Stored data
◆ ◆ ◆ ◆
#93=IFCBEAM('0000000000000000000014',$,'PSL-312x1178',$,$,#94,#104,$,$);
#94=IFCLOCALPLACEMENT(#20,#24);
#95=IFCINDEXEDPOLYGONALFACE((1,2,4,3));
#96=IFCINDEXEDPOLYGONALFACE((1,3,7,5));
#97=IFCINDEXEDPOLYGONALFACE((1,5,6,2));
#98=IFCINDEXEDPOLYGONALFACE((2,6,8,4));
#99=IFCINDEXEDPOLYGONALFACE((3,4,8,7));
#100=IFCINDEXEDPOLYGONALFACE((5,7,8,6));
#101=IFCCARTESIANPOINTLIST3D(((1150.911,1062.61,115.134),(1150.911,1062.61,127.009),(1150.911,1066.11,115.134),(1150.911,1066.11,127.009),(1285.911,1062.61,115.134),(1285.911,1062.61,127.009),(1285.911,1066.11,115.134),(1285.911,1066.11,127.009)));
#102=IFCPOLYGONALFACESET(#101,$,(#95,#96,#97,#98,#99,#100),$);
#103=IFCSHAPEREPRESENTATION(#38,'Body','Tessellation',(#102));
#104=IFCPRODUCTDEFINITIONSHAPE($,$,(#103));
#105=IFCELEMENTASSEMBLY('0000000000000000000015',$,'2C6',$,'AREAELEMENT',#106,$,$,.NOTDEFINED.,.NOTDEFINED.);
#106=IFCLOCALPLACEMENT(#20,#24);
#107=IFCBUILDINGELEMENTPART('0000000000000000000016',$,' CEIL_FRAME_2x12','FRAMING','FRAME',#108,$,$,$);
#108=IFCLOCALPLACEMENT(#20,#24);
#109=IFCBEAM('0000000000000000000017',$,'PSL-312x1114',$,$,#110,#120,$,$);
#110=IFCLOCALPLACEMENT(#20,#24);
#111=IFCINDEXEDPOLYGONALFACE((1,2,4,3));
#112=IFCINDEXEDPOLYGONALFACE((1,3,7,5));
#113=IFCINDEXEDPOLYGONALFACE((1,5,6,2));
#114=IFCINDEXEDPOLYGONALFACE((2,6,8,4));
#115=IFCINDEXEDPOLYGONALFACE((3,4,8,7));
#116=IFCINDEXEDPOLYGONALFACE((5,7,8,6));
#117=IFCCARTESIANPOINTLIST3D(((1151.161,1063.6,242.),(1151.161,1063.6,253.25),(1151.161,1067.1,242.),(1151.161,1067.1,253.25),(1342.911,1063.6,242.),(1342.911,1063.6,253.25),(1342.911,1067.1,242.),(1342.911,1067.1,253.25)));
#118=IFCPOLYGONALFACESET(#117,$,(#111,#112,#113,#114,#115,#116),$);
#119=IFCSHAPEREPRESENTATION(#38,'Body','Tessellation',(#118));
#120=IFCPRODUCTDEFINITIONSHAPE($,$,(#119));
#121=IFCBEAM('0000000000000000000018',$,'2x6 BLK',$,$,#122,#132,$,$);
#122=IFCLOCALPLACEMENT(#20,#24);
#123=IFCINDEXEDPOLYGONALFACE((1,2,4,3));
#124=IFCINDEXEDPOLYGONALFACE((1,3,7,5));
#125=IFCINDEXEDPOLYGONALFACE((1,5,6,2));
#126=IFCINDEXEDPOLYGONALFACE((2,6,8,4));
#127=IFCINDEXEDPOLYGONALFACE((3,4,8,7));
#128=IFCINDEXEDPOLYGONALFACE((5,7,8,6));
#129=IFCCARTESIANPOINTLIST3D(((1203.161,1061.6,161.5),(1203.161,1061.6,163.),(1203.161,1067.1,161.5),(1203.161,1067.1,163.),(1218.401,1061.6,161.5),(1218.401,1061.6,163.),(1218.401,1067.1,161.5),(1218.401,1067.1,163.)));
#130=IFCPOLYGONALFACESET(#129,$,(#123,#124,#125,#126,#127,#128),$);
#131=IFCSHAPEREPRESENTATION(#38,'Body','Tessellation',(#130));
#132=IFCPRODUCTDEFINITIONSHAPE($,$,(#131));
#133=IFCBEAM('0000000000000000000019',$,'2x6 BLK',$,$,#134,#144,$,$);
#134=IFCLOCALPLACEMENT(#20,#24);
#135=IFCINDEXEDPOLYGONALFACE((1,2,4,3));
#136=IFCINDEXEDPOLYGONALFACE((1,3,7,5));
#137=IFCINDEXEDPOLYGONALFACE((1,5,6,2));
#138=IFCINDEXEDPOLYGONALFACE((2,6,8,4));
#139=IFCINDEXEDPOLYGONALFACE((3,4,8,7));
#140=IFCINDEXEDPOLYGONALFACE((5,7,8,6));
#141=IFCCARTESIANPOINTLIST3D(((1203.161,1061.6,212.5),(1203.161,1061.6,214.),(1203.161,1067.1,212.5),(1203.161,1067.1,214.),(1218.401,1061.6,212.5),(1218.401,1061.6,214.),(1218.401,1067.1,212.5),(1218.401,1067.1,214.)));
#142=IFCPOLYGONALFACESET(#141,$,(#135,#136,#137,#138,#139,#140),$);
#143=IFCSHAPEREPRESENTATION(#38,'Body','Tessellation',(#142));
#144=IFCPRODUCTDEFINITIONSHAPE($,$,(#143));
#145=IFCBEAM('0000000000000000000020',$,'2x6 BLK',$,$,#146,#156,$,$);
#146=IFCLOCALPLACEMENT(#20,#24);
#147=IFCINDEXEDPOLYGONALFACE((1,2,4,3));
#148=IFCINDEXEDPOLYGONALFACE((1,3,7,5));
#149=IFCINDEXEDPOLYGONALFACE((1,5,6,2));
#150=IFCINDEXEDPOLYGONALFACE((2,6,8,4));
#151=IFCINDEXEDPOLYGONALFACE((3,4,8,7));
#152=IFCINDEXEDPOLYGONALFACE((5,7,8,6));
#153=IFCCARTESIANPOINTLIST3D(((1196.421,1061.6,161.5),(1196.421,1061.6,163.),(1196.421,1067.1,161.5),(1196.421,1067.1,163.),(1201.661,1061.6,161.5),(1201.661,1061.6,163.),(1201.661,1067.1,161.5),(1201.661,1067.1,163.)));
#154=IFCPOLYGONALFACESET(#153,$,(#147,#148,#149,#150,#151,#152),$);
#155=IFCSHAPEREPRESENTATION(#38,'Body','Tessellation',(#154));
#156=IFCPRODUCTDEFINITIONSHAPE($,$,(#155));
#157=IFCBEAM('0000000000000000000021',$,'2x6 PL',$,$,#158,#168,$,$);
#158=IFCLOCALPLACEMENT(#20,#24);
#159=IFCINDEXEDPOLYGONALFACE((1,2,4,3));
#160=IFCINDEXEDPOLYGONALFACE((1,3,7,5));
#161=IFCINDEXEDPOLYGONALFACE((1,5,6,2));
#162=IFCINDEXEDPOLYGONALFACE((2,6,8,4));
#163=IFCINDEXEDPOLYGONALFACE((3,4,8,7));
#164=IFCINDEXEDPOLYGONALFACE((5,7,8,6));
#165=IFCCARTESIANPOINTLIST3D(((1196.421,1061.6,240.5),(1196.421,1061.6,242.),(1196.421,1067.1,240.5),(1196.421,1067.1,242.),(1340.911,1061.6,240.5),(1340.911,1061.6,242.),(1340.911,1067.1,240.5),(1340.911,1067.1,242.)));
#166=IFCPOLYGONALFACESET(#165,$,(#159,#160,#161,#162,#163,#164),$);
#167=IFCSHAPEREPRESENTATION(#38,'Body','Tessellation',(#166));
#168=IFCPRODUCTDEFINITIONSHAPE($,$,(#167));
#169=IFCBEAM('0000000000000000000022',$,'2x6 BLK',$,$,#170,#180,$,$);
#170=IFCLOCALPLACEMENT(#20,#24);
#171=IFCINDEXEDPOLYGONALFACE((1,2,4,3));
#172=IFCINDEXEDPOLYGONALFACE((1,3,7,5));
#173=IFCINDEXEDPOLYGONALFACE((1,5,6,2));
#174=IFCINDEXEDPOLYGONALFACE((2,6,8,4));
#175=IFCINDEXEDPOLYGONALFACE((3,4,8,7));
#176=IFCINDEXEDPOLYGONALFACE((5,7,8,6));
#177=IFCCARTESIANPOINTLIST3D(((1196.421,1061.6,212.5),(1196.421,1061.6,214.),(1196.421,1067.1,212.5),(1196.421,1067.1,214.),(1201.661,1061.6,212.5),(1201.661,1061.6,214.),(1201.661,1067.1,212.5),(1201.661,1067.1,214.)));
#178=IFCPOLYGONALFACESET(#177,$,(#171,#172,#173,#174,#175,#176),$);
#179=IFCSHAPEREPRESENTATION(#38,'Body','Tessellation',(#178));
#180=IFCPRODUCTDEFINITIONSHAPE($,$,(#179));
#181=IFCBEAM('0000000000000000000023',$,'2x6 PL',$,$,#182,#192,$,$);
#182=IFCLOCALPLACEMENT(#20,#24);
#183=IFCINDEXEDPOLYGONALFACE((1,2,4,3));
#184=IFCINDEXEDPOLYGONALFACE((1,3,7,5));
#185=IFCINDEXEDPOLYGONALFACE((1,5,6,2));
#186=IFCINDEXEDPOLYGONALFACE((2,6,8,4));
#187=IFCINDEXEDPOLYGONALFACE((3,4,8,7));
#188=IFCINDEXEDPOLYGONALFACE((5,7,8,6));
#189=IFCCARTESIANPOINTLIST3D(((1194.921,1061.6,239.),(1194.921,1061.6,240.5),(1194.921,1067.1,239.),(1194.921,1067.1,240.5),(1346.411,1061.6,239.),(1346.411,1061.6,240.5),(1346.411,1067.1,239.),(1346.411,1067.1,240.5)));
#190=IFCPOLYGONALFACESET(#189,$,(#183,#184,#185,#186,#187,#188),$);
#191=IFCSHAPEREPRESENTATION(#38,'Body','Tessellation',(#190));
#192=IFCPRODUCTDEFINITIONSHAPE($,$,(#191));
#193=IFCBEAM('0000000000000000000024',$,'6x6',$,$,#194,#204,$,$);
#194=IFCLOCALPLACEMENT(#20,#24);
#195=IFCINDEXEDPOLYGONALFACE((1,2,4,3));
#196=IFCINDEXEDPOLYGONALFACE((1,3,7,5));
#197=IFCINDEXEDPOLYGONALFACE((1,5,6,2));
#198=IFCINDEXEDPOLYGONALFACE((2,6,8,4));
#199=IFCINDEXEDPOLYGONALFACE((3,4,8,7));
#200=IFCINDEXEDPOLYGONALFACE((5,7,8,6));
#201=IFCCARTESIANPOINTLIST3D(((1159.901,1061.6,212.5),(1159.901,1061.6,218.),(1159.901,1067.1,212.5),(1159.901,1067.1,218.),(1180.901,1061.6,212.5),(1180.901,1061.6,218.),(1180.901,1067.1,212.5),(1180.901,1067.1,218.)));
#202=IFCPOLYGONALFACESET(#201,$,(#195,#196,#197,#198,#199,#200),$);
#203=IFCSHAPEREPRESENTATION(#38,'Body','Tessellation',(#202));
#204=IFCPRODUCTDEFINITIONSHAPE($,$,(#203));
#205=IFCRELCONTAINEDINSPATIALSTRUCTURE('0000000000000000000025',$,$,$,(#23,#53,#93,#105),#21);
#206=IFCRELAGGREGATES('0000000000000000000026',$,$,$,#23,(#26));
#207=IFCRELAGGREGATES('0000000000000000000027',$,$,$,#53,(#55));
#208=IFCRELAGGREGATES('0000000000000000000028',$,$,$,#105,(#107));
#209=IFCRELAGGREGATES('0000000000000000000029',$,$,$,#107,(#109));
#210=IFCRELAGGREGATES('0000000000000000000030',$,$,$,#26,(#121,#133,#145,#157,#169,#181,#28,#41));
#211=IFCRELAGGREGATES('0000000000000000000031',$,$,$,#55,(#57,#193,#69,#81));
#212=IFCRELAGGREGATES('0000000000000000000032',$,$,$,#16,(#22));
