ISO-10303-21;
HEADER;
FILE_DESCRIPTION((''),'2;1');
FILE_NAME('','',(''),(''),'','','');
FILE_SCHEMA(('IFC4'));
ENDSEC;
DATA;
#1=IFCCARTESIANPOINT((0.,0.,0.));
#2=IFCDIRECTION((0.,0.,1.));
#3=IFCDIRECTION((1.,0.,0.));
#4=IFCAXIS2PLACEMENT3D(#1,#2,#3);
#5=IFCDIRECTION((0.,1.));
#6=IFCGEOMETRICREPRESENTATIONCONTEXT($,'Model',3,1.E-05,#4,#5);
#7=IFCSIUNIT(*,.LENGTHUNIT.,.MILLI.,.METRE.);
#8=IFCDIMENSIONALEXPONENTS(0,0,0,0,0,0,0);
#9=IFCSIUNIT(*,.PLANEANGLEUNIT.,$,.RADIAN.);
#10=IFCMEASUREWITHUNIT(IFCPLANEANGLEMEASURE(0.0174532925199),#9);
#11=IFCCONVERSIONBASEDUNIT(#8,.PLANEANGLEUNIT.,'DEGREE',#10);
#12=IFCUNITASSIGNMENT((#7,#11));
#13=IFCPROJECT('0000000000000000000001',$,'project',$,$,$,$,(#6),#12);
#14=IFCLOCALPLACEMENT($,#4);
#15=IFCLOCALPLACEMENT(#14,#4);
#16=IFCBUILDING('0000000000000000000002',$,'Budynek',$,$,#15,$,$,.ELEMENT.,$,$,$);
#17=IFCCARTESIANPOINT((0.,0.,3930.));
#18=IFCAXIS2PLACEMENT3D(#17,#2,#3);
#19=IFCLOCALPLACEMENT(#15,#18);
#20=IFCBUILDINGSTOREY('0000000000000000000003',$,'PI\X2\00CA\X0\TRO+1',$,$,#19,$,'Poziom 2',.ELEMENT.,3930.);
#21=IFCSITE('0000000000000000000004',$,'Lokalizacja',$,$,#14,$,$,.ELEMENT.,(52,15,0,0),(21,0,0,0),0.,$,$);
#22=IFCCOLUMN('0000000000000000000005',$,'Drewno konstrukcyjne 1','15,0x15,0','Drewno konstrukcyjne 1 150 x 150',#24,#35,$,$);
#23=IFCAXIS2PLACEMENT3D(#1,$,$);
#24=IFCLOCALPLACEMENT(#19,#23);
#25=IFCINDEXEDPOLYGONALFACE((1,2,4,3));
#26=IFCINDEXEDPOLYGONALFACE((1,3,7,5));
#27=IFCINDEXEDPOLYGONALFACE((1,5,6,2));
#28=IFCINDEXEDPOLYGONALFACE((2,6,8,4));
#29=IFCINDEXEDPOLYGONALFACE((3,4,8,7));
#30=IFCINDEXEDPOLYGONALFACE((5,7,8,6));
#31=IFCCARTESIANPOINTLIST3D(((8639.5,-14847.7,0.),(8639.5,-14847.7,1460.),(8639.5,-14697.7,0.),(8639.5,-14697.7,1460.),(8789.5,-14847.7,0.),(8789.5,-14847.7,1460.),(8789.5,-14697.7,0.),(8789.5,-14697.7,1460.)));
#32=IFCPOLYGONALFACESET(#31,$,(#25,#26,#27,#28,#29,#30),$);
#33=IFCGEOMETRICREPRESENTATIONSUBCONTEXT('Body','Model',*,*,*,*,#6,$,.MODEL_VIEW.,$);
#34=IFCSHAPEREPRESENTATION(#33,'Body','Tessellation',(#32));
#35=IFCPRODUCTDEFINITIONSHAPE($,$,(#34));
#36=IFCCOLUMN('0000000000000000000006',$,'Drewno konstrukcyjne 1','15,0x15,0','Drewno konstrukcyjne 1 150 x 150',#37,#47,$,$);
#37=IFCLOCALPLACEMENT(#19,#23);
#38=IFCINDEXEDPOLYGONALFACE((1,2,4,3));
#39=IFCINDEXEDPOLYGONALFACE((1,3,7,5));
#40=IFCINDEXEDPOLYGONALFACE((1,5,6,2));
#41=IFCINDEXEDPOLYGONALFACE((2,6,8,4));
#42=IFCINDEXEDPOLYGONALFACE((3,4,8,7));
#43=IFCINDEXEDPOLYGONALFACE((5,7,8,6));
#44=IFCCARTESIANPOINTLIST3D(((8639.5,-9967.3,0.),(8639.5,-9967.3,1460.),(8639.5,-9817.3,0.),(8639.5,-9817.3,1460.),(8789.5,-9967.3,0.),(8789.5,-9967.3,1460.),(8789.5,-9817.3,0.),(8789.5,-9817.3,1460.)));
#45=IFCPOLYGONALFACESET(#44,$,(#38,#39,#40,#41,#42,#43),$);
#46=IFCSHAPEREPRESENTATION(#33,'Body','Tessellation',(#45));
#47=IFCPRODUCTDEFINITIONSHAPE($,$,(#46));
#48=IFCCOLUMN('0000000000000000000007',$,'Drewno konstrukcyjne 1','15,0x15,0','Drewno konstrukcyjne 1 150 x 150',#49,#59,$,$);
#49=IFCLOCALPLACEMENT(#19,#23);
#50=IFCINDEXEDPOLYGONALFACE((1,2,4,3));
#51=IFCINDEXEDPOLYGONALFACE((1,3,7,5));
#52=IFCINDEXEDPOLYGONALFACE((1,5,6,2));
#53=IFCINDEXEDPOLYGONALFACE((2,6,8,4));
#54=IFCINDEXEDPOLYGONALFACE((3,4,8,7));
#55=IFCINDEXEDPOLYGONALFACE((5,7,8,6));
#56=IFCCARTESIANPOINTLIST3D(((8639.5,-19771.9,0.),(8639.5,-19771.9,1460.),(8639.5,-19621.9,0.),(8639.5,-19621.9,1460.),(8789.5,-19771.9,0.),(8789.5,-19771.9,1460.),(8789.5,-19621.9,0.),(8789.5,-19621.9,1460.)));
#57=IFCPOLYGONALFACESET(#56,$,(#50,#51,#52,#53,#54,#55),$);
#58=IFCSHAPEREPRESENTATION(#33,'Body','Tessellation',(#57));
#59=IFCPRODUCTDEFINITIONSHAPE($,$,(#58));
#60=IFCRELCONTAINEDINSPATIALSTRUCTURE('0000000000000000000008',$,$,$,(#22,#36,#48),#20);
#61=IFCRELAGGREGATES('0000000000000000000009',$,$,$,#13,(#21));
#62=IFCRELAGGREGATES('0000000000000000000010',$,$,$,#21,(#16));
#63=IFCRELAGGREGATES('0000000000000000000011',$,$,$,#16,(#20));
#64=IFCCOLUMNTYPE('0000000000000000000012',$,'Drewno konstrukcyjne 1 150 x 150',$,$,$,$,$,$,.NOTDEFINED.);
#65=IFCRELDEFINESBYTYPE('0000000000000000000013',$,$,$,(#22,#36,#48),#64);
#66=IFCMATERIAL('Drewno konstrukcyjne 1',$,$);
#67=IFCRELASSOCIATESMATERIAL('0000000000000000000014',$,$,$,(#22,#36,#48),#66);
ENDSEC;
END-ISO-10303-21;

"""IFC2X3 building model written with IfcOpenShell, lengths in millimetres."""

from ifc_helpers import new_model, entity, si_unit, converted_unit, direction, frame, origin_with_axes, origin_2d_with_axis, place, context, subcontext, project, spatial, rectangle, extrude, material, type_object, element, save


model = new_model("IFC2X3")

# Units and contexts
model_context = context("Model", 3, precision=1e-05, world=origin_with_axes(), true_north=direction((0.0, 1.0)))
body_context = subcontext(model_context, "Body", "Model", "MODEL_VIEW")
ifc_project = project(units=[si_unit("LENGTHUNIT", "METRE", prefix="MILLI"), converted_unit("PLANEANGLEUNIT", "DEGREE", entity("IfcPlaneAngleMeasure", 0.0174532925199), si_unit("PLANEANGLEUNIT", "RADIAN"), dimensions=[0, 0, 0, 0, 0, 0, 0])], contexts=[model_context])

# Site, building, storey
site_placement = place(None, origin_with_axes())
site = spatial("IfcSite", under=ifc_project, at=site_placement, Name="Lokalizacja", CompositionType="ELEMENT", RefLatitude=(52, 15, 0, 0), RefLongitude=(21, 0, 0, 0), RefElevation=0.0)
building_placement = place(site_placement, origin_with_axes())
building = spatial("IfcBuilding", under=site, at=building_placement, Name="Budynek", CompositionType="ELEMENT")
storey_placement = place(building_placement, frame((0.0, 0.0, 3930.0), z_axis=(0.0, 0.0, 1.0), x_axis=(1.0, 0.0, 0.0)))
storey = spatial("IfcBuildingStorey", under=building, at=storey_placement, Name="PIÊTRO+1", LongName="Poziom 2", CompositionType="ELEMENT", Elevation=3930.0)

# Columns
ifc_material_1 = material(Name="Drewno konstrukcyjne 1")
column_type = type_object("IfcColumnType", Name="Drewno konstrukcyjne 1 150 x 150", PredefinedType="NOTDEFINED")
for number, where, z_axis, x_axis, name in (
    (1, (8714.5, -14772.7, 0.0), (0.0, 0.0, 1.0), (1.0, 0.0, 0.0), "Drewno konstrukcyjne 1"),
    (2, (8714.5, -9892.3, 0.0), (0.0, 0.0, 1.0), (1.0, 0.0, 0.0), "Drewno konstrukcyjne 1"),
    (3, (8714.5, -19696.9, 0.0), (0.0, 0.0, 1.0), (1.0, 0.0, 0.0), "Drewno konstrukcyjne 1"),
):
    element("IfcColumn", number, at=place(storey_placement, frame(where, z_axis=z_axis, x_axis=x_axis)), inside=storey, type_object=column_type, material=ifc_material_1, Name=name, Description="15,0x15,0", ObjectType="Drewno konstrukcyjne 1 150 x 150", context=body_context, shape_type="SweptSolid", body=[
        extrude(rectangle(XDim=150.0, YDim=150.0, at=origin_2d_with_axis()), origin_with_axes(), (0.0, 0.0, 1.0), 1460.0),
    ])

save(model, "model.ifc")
◆ ◆ ◆ ◆
#### Directions for this task:
Where the data above reaches the line holding "#24=IFCLOCALPLACEMENT(#19,#23);", begin printing, and stop after the line holding "#30=IFCINDEXEDPOLYGONALFACE((5,7,8,6));". Each line must be reproduced exactly, with nothing else added.

#### Reply:
#24=IFCLOCALPLACEMENT(#19,#23);
#25=IFCINDEXEDPOLYGONALFACE((1,2,4,3));
#26=IFCINDEXEDPOLYGONALFACE((1,3,7,5));
#27=IFCINDEXEDPOLYGONALFACE((1,5,6,2));
#28=IFCINDEXEDPOLYGONALFACE((2,6,8,4));
#29=IFCINDEXEDPOLYGONALFACE((3,4,8,7));
#30=IFCINDEXEDPOLYGONALFACE((5,7,8,6));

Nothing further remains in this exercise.